Resolving deltas: 100% (287/287), done.
Updating files: 100% (2011/2011), done.


In [5]:
dataset = pd.read_csv('ESC-50/meta/esc50.csv')
dataset.head()

Unnamed: 0,filename,fold,target,category,esc10,src_file,take
0,1-100032-A-0.wav,1,0,dog,True,100032,A
1,1-100038-A-14.wav,1,14,chirping_birds,False,100038,A
2,1-100210-A-36.wav,1,36,vacuum_cleaner,False,100210,A
3,1-100210-B-36.wav,1,36,vacuum_cleaner,False,100210,B
4,1-101296-A-19.wav,1,19,thunderstorm,False,101296,A


In [10]:
audio_path = 'ESC-50/audio/'

In [9]:
def compute_log_mel_spect(audio,sample_rate):
    n_fft=1024
    hop_length=512
    window_type ='hann'
    mel_bins = 60
    normalized_y = librosa.util.normalize(audio)
    Mel_spectrogram = librosa.feature.melspectrogram(y=normalized_y, sr=sample_rate,hop_length=hop_length, win_length=n_fft, n_mels = mel_bins)
    mel_spectrogram_db = librosa.power_to_db(Mel_spectrogram)
    return  mel_spectrogram_db

In [11]:
data=[]

for i in tqdm(range(len(dataset))):
    wave_file = audio_path+dataset.iat[i,0]
    audio, sample_rate = librosa.load(wave_file)
    mel_spectrogram_db=(compute_log_mel_spect(audio,sample_rate))
    delta=librosa.feature.delta(mel_spectrogram_db)
    data.append( np.dstack( (mel_spectrogram_db,delta) ))

dataset['data']=data

  0%|          | 0/2000 [00:00<?, ?it/s]

In [12]:
from torchvision.transforms import Resize

import torchaudio.transforms as T

train_df = dataset[dataset['fold'] < 5]
test_df = dataset[dataset['fold'] == 5]

train_df = train_df[['data','target']]
test_df = test_df[['data','target']]

In [13]:
class escDataset(Dataset):
    def __init__(self,dataset, transformation, device):
        self.dataset = dataset
        self.device = device
        self.transformation = transformation
        self.length=len(self.dataset)

    def __len__(self):
        return self.length

    def __getitem__(self, index):
        spectogram = torch.tensor(self._get_audio_spectogram(index))
        label = self._get_audio_sample_label(index)
        spectogram=spectogram.permute(2, 0, 1)
        resize_transform = Resize((60, 216))
        spectogram = resize_transform(spectogram)
        #spectogram  = spectogram.to(self.device)
        #spectogram  = self.transformation(spectogram)
        return spectogram, label
    def _get_audio_spectogram(self, index):
        y = self.dataset.iloc[index, 0].astype(np.float32)
        return y

    def _get_audio_sample_label(self, index):
        return self.dataset.iloc[index, 1]

In [14]:
class MyReshape(object):
    """Reshape the image array."""

    def __init__(self, output_size):
        assert isinstance(output_size, (tuple))

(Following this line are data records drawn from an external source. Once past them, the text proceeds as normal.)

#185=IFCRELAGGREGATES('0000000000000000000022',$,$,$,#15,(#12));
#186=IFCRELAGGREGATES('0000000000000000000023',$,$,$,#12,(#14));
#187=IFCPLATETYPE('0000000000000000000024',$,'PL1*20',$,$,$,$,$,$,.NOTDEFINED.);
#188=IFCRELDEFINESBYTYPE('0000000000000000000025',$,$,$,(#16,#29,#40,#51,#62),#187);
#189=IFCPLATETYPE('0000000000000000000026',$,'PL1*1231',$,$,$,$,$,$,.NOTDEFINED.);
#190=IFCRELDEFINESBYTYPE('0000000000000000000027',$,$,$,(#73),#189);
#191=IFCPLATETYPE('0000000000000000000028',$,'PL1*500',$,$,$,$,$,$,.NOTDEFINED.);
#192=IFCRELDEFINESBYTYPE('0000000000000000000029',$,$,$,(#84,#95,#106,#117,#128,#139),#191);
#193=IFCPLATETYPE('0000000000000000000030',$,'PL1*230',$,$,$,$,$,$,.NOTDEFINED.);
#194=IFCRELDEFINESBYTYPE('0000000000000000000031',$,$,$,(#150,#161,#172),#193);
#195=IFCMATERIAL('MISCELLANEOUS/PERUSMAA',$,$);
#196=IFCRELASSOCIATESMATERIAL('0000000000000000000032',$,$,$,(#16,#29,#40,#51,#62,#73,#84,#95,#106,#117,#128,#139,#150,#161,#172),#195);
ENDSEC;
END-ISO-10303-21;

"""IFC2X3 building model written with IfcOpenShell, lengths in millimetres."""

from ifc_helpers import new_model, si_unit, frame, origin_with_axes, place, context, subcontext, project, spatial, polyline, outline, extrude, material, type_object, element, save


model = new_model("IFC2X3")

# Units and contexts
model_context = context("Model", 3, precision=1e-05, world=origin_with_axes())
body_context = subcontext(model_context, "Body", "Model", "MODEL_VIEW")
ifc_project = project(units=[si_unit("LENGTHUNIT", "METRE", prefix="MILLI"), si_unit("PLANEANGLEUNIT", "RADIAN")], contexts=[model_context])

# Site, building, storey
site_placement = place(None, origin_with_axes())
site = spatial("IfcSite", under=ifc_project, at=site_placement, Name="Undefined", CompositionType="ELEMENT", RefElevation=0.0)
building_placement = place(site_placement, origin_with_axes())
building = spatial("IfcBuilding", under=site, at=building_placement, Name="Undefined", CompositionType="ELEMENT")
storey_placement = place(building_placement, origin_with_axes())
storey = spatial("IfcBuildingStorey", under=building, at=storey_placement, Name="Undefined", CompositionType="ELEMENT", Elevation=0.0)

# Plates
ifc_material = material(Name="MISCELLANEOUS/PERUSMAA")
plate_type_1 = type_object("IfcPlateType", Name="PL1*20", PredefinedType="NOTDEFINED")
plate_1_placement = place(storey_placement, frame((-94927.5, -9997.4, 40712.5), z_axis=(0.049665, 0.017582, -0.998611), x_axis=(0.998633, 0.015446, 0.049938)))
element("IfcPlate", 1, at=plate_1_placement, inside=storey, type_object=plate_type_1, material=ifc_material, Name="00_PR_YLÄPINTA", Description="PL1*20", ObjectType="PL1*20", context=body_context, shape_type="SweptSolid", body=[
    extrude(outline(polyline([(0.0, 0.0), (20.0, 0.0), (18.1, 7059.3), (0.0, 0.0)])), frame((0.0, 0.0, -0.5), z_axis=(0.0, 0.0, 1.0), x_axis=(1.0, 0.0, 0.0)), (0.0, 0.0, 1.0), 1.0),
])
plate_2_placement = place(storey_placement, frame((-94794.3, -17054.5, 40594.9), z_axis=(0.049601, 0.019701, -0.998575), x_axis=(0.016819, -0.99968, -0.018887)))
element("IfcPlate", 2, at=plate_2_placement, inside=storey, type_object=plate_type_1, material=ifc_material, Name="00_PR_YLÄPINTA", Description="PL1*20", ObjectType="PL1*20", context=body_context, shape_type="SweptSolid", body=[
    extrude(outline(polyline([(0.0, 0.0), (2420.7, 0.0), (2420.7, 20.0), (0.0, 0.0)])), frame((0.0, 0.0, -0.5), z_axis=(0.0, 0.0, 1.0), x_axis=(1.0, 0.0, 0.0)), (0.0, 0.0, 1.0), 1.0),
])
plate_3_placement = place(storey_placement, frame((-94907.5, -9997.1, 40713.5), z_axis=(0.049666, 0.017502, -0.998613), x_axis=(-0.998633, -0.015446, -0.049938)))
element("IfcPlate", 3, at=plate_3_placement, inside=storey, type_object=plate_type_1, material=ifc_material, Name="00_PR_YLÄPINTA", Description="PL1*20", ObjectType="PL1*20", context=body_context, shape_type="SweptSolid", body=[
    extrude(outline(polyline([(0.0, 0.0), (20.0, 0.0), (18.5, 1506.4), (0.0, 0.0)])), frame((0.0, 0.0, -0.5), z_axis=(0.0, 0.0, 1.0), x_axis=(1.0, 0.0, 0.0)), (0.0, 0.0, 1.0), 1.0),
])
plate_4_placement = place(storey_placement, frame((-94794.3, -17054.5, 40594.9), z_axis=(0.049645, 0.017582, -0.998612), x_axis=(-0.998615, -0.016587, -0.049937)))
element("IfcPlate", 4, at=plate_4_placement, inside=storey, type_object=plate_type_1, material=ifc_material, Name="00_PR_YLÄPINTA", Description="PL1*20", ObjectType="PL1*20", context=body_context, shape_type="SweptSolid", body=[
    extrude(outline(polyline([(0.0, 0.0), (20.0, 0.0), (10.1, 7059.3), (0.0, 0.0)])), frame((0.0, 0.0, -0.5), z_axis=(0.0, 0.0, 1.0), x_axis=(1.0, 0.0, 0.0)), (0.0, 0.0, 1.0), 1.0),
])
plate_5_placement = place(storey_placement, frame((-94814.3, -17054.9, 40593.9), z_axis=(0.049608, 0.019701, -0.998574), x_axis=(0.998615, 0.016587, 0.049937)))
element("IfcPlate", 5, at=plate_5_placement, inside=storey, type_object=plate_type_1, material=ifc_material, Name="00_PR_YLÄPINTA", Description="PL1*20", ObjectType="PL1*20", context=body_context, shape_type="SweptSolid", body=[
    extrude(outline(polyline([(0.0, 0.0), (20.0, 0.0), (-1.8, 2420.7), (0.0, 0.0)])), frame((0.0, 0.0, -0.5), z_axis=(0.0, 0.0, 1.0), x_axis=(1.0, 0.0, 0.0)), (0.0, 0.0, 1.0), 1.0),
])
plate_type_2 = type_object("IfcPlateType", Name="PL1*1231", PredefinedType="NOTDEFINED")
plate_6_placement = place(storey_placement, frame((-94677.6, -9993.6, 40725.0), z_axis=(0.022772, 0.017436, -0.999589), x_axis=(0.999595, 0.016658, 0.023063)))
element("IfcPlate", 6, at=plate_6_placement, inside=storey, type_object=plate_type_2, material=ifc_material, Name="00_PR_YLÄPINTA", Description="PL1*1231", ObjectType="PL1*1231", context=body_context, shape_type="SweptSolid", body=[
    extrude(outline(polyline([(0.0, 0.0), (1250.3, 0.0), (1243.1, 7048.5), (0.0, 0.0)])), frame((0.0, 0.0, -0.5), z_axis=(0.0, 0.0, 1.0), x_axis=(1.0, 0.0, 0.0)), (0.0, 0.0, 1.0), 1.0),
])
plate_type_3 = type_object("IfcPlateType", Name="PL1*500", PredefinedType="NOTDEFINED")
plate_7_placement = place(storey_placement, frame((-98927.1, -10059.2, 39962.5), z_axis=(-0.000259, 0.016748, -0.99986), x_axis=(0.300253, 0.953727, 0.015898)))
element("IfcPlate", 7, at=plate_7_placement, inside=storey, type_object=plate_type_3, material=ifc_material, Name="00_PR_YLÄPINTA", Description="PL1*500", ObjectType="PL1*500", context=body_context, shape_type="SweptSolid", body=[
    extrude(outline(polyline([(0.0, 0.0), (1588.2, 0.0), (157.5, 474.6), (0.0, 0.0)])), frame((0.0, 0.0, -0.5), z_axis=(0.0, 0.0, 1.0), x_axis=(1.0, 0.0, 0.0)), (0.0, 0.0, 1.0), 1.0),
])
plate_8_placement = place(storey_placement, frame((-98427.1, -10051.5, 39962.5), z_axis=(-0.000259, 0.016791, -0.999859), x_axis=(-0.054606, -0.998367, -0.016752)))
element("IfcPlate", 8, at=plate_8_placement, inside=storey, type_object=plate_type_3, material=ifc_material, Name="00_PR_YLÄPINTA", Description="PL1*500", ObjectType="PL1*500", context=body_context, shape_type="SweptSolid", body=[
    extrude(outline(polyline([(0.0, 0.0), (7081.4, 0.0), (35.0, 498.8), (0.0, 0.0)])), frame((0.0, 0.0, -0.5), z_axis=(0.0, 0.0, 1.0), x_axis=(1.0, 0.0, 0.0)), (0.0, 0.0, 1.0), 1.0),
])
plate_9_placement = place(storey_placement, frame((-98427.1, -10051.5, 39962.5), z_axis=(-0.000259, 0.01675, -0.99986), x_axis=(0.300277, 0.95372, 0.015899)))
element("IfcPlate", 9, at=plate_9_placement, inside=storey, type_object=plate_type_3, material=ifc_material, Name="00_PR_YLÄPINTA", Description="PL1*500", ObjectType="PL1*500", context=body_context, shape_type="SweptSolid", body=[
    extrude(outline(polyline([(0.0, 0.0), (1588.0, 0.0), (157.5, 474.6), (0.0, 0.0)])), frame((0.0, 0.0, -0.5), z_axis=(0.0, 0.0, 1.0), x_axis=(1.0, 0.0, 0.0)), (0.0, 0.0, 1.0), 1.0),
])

        self.output_size = output_size
    def __call__(self, image):
        return image.reshape(self.output_size)

In [15]:
# build transformation pipelines for data augmentation

train_transforms = transforms.Compose([ MyReshape(output_size=(2,60, 216) ) ])
test_transforms = transforms.Compose([MyReshape(output_size=(2,60, 216))])

In [16]:
batch_size = 64
device='cuda'

train_data = escDataset(train_df,train_transforms,device)
test_data = escDataset(test_df,train_transforms,device)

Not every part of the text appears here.